3) If still no movement, consider civil legal action against the financial institution.
4) And to put a bit of pressure on, formally advise the financial institution's auditors that incorrect information about your account balances appears to be maintained on their ledgers.

This is also a problem in the UK.  The below post on Money Saving Expert in the UK outlines how the problem is resolved there.  Some of the template letters referred to may be of use, but they would need to be edited to refer to the Irish equivalent.  Also, Helen Dixon might be interested in the process her UK counterpart, the Information Commissioner's Office, uses to resolve these issues.

http://forums.moneysavingexpert.com/showthread.html?p=7834457#post7834457


----------



## no_moolah (29 Sep 2016)

Thank you TLO, that is very helpful !

I will let you know if I make any progress on it.

Just out of interest - if I were to hire a representative to help resolve the issue, should I be looking at getting a solicitor or an insolvency / accountant professional?


----------



## TLO (29 Sep 2016)

A solicitor, this is a legal issue.  Maybe try Gerard Rudden.  He is the solicitor who represented Max Schrems in the Facebook privacy case so he has form in taking on the Data Protection Commissioner.


----------



## Matthew Moore (2 Oct 2016)

no_moolah said:


> Hi Matthew
> 
> I'm in the same boat. Over 2 years later and its still showing up on my ICB report. They just refuse point blank to remove it !
> 
> ...



Thanks no_moolah, I'll have to get on their case too. I was hoping to see a line drawn through it after going through the bankruptcy.


----------



## Matthew Moore (2 Oct 2016)

TLO said:


> The problem that Matthew Moore and no_moolah have is that the information being provided by the financial institutions to the ICB is not accurate.  Once the High Court makes a bankruptcy order the debt no longer exists.  So the financial institution needs to mark the loan with a "W" (written off) or an "L" (settled for less than full amount), in the month that the bankruptcy order was made.
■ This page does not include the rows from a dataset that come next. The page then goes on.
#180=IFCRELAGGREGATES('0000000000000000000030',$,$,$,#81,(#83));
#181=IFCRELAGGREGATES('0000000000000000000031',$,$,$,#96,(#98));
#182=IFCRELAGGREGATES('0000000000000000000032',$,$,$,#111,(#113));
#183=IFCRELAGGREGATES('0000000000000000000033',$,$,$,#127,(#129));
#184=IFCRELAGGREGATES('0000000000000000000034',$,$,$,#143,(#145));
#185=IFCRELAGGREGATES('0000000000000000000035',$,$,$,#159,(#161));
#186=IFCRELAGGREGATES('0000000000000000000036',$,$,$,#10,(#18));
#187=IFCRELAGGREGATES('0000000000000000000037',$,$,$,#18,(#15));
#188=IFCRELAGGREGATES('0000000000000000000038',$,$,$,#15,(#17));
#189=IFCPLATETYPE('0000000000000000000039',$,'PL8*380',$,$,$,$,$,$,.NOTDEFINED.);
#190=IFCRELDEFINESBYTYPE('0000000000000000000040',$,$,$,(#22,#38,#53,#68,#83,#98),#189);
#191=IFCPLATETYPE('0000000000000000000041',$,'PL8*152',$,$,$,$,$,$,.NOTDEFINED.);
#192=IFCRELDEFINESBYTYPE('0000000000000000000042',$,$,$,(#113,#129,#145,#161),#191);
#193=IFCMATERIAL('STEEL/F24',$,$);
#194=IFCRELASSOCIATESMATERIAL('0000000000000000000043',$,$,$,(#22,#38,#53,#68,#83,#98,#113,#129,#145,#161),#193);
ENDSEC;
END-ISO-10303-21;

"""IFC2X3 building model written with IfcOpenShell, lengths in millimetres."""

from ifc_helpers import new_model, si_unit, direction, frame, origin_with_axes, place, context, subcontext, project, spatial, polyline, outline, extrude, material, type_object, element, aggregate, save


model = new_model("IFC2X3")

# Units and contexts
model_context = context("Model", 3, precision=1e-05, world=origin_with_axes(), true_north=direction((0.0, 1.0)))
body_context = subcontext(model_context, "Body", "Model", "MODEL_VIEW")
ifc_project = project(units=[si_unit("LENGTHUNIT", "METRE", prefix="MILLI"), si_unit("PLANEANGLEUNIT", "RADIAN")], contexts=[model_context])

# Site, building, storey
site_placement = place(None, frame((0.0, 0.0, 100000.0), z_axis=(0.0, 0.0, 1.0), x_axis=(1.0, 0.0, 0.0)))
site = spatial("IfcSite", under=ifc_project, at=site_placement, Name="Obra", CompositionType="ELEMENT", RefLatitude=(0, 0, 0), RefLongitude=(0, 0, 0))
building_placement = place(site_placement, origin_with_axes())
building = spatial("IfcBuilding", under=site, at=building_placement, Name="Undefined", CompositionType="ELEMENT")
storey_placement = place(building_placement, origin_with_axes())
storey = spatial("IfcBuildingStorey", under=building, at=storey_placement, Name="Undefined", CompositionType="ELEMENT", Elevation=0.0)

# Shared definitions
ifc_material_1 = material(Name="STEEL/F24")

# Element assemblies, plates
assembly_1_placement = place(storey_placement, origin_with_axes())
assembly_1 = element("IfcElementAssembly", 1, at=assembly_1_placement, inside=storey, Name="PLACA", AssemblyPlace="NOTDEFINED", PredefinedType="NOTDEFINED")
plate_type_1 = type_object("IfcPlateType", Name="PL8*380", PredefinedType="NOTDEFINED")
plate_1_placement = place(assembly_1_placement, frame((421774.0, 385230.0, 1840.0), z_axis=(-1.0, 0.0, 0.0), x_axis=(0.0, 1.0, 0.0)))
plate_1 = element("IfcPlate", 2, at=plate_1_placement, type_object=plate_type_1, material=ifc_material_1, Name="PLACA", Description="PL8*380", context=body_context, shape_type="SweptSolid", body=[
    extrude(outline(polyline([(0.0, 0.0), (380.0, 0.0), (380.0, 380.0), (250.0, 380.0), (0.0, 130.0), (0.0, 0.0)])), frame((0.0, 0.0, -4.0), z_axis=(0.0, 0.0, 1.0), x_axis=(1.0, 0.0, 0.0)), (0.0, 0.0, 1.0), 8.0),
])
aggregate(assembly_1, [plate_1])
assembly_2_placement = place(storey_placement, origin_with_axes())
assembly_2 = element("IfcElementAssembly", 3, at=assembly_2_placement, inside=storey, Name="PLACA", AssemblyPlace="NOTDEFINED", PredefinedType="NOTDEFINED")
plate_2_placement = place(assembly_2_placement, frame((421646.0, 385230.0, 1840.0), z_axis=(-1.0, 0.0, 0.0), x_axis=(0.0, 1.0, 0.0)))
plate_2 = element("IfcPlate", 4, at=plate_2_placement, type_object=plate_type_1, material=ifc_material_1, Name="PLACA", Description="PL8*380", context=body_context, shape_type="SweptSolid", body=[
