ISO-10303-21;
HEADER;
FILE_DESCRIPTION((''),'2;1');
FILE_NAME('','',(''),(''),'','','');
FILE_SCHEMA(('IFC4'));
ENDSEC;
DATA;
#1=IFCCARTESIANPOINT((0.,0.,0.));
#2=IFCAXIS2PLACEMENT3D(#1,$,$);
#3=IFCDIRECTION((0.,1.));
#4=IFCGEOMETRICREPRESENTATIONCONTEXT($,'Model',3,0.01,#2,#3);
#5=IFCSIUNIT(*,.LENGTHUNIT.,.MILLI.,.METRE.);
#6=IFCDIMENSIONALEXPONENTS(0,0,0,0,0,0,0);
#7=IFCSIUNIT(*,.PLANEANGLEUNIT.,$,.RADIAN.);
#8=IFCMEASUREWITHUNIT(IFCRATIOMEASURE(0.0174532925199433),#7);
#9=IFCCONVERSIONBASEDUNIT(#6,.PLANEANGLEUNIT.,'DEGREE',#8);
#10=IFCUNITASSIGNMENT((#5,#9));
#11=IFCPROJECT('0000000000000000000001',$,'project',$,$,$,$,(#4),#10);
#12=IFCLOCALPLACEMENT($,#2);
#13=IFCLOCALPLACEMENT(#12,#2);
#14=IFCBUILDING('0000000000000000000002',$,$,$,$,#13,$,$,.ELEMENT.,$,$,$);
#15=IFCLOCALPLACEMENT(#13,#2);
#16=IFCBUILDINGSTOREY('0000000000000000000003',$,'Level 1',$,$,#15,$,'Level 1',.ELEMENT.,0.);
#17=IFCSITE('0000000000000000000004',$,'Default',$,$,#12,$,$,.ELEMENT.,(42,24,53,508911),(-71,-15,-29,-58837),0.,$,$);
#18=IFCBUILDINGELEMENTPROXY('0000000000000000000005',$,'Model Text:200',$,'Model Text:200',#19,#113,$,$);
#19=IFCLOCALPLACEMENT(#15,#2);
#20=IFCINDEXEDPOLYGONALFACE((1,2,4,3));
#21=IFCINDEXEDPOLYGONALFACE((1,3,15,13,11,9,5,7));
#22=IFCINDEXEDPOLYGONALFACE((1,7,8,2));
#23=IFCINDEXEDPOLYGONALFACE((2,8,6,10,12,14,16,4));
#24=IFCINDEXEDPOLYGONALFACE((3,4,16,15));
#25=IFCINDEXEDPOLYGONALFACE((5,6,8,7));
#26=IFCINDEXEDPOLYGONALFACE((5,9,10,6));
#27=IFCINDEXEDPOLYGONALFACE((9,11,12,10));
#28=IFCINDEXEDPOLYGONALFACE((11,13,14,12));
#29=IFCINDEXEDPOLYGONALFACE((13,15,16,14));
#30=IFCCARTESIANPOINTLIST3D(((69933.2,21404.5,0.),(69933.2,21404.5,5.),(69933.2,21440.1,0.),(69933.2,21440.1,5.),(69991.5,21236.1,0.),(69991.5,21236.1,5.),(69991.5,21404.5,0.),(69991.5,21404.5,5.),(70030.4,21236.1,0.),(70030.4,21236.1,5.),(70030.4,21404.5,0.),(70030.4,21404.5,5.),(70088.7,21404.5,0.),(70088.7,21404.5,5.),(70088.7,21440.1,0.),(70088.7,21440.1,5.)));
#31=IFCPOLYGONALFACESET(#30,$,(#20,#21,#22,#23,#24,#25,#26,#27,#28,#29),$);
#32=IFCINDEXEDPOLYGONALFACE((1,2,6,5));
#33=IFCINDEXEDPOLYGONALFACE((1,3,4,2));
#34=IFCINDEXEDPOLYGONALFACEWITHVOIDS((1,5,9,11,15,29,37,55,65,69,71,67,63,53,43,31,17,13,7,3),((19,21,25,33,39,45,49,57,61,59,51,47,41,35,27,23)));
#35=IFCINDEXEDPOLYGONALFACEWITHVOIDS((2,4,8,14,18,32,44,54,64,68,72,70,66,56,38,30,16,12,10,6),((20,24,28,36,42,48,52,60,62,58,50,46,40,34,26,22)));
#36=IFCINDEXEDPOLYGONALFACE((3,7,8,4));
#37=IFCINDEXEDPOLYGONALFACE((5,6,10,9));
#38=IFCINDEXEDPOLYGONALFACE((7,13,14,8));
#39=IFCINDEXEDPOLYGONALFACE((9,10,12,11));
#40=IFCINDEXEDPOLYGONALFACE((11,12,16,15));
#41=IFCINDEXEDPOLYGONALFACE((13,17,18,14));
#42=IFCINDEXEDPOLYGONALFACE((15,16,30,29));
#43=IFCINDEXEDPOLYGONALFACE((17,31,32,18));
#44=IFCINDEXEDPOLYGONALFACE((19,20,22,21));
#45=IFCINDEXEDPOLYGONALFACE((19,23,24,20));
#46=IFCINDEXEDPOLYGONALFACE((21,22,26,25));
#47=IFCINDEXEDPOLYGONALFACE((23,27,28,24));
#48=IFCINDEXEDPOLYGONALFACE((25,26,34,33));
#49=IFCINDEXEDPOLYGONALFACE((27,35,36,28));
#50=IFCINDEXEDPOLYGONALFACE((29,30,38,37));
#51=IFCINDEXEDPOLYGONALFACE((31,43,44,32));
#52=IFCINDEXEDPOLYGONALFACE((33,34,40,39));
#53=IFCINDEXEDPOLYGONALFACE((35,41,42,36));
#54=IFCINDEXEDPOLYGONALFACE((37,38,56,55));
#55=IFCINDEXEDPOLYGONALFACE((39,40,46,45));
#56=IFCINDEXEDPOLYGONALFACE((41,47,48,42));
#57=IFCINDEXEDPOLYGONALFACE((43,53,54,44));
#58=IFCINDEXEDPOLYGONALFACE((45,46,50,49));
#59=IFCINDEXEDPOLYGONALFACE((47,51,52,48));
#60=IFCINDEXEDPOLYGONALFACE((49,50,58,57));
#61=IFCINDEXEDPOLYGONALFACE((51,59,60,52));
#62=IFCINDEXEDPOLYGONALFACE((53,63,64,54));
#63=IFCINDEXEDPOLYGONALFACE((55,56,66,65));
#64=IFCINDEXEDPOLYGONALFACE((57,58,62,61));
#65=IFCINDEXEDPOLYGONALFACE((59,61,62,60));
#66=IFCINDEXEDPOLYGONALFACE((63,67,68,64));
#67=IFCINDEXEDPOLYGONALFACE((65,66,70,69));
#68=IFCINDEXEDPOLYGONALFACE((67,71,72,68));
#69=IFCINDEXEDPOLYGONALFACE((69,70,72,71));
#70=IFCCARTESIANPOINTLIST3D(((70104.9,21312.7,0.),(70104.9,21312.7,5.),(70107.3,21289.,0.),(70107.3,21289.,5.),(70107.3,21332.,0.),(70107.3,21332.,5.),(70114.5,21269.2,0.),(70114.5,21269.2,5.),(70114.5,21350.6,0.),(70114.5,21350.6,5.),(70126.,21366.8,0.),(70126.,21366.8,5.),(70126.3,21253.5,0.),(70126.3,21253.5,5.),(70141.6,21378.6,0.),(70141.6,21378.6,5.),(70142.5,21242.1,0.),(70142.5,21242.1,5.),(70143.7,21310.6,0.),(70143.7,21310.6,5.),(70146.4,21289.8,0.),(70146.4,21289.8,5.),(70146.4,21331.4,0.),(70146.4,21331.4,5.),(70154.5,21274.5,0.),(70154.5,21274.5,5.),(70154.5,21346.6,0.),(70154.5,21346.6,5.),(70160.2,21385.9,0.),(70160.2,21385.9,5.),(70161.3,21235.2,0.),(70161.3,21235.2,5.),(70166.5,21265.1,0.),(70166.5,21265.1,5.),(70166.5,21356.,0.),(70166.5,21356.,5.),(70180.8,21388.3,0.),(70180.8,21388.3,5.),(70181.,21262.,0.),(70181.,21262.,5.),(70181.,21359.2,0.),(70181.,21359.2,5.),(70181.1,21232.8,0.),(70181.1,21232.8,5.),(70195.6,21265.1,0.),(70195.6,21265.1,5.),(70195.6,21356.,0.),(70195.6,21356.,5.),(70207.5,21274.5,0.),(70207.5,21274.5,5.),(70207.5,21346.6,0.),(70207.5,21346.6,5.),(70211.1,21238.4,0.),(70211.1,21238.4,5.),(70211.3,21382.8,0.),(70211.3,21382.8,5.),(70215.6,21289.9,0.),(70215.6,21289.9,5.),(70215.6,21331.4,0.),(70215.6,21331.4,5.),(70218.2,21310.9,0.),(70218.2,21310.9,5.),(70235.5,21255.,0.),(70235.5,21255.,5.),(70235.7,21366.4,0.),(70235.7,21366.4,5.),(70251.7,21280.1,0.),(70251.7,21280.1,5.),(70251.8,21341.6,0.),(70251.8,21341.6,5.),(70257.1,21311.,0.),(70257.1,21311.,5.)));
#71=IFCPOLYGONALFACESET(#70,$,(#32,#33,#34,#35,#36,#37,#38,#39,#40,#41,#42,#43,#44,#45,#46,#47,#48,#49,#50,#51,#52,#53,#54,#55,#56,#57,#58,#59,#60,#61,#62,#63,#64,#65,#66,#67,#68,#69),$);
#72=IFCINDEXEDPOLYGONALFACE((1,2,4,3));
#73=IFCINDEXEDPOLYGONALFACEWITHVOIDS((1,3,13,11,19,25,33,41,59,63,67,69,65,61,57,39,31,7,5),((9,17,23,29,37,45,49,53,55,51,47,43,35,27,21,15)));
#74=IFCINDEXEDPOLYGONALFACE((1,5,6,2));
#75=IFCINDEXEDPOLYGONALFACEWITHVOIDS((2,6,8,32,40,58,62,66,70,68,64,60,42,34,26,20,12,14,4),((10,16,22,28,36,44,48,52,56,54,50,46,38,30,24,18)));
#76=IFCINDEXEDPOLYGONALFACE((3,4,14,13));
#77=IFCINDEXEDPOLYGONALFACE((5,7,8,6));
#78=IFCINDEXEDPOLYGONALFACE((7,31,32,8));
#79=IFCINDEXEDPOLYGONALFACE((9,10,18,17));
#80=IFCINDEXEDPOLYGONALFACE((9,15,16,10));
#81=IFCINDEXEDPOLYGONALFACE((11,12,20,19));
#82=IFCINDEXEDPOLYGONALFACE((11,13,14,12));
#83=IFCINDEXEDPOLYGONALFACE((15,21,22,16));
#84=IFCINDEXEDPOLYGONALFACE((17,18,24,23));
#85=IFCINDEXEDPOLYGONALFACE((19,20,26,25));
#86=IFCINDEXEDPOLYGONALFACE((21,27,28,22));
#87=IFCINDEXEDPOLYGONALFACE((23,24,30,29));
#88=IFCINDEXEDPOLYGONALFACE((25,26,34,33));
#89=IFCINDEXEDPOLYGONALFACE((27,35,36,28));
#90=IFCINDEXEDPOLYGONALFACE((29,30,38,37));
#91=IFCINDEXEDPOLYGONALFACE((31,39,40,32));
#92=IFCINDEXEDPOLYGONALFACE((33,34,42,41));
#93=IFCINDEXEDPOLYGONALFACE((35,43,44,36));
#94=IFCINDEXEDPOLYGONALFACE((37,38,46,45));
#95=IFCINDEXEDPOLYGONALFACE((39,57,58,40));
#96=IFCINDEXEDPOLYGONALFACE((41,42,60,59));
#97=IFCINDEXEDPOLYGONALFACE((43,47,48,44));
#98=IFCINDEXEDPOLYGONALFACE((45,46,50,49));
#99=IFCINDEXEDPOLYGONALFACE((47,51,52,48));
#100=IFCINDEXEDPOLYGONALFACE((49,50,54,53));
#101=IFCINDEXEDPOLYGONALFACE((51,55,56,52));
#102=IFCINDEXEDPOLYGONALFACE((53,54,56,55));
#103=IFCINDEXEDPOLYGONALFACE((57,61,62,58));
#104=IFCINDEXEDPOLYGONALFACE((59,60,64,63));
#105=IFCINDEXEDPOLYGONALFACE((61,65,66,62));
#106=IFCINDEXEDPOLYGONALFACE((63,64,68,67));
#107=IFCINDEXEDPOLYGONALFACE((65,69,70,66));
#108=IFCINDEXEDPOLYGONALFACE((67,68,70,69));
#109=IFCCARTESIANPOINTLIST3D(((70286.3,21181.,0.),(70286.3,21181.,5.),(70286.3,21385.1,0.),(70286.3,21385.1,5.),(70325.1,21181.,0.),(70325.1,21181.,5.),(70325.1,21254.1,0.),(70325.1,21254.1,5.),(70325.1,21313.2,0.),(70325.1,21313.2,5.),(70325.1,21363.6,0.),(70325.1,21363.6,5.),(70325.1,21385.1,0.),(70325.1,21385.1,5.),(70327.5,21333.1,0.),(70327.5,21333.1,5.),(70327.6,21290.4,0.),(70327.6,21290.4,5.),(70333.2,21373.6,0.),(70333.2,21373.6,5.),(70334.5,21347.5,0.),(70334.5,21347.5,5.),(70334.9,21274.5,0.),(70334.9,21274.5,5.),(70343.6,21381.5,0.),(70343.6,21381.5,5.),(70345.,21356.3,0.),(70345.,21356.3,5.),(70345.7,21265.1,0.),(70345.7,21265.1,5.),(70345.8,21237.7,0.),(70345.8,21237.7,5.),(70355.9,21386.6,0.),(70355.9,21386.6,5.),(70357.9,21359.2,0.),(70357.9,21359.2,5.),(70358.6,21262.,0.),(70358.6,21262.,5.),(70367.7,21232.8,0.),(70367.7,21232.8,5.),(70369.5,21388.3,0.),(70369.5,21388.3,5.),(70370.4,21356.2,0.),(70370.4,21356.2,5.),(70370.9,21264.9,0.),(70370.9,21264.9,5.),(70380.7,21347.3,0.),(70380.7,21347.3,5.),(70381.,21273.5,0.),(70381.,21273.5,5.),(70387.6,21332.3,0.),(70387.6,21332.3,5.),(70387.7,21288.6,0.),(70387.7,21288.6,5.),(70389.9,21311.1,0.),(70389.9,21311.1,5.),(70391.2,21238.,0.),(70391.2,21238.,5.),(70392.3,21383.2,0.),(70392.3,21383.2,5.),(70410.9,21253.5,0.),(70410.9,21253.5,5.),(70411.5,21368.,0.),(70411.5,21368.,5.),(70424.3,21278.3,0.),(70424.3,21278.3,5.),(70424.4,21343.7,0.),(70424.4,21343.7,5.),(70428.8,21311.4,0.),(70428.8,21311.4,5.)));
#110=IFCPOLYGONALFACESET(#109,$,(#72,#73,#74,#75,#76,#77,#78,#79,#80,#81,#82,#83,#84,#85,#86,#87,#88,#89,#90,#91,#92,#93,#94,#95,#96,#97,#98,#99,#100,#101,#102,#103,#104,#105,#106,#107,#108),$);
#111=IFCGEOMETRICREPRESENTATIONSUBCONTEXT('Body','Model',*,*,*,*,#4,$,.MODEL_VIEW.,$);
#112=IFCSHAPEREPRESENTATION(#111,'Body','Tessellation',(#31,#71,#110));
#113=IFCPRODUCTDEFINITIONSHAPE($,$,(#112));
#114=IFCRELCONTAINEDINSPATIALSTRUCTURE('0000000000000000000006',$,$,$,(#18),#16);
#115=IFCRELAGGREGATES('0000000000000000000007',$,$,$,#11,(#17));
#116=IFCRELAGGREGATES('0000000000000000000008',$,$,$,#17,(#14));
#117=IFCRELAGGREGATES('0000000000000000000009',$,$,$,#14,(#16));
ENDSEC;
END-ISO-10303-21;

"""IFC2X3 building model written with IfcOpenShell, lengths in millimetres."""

from ifc_helpers import new_model, entity, si_unit, converted_unit, direction, frame, origin, place, context, subcontext, project, spatial, polyline, outline, extrude, element, save


model = new_model("IFC2X3")

# Units and contexts
model_context = context("Model", 3, precision=0.01, world=origin(), true_north=direction((0.0, 1.0)))
body_context = subcontext(model_context, "Body", "Model", "MODEL_VIEW")
ifc_project = project(units=[si_unit("LENGTHUNIT", "METRE", prefix="MILLI"), converted_unit("PLANEANGLEUNIT", "DEGREE", entity("IfcRatioMeasure", 0.0174532925199433), si_unit("PLANEANGLEUNIT", "RADIAN"), dimensions=[0, 0, 0, 0, 0, 0, 0])], contexts=[model_context])

# Site, building, storey
site_placement = place(None, origin())
site = spatial("IfcSite", under=ifc_project, at=site_placement, Name="Default", CompositionType="ELEMENT", RefLatitude=(42, 24, 53, 508911), RefLongitude=(-71, -15, -29, -58837), RefElevation=0.0)
building_placement = place(site_placement, origin())
building = spatial("IfcBuilding", under=site, at=building_placement, CompositionType="ELEMENT")
storey_placement = place(building_placement, origin())
storey = spatial("IfcBuildingStorey", under=building, at=storey_placement, Name="Level 1", LongName="Level 1", CompositionType="ELEMENT", Elevation=0.0)

# Building element proxy
proxy_1_placement = place(storey_placement, origin())
element("IfcBuildingElementProxy", 1, at=proxy_1_placement, inside=storey, Name="Model Text:200", ObjectType="Model Text:200", context=body_context, shape_type="SweptSolid", body=[
    extrude(outline(polyline([(-19.4, -135.2), (19.4, -135.2), (19.4, 33.2), (77.7, 33.2), (77.7, 68.8), (-77.7, 68.8), (-77.7, 33.2), (-19.4, 33.2), (-19.4, -135.2)])), frame((70010.9, 21371.3, 0.0)), (0.0, 0.0, 1.0), 5.0),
That was my understanding of it too. They can only rely on their security now, outstanding balance is irrelevant. Perhaps it's an oversight, I'll get onto the bank and give them a chance to correct it.


----------



## UK_Bound (3 Oct 2016)

I was declared bankrupt in England in April 2014 and subsequently discharged 1 year later. I recently ordered my ICB and the only thing showing is my mortgage arrears. It has a last update date of May 2014 and a scheduled removal date of May 2019. What is shown is the number of arrears at this time and then a repossession as the last entry.
Is this correct as I'm not sure what it should show?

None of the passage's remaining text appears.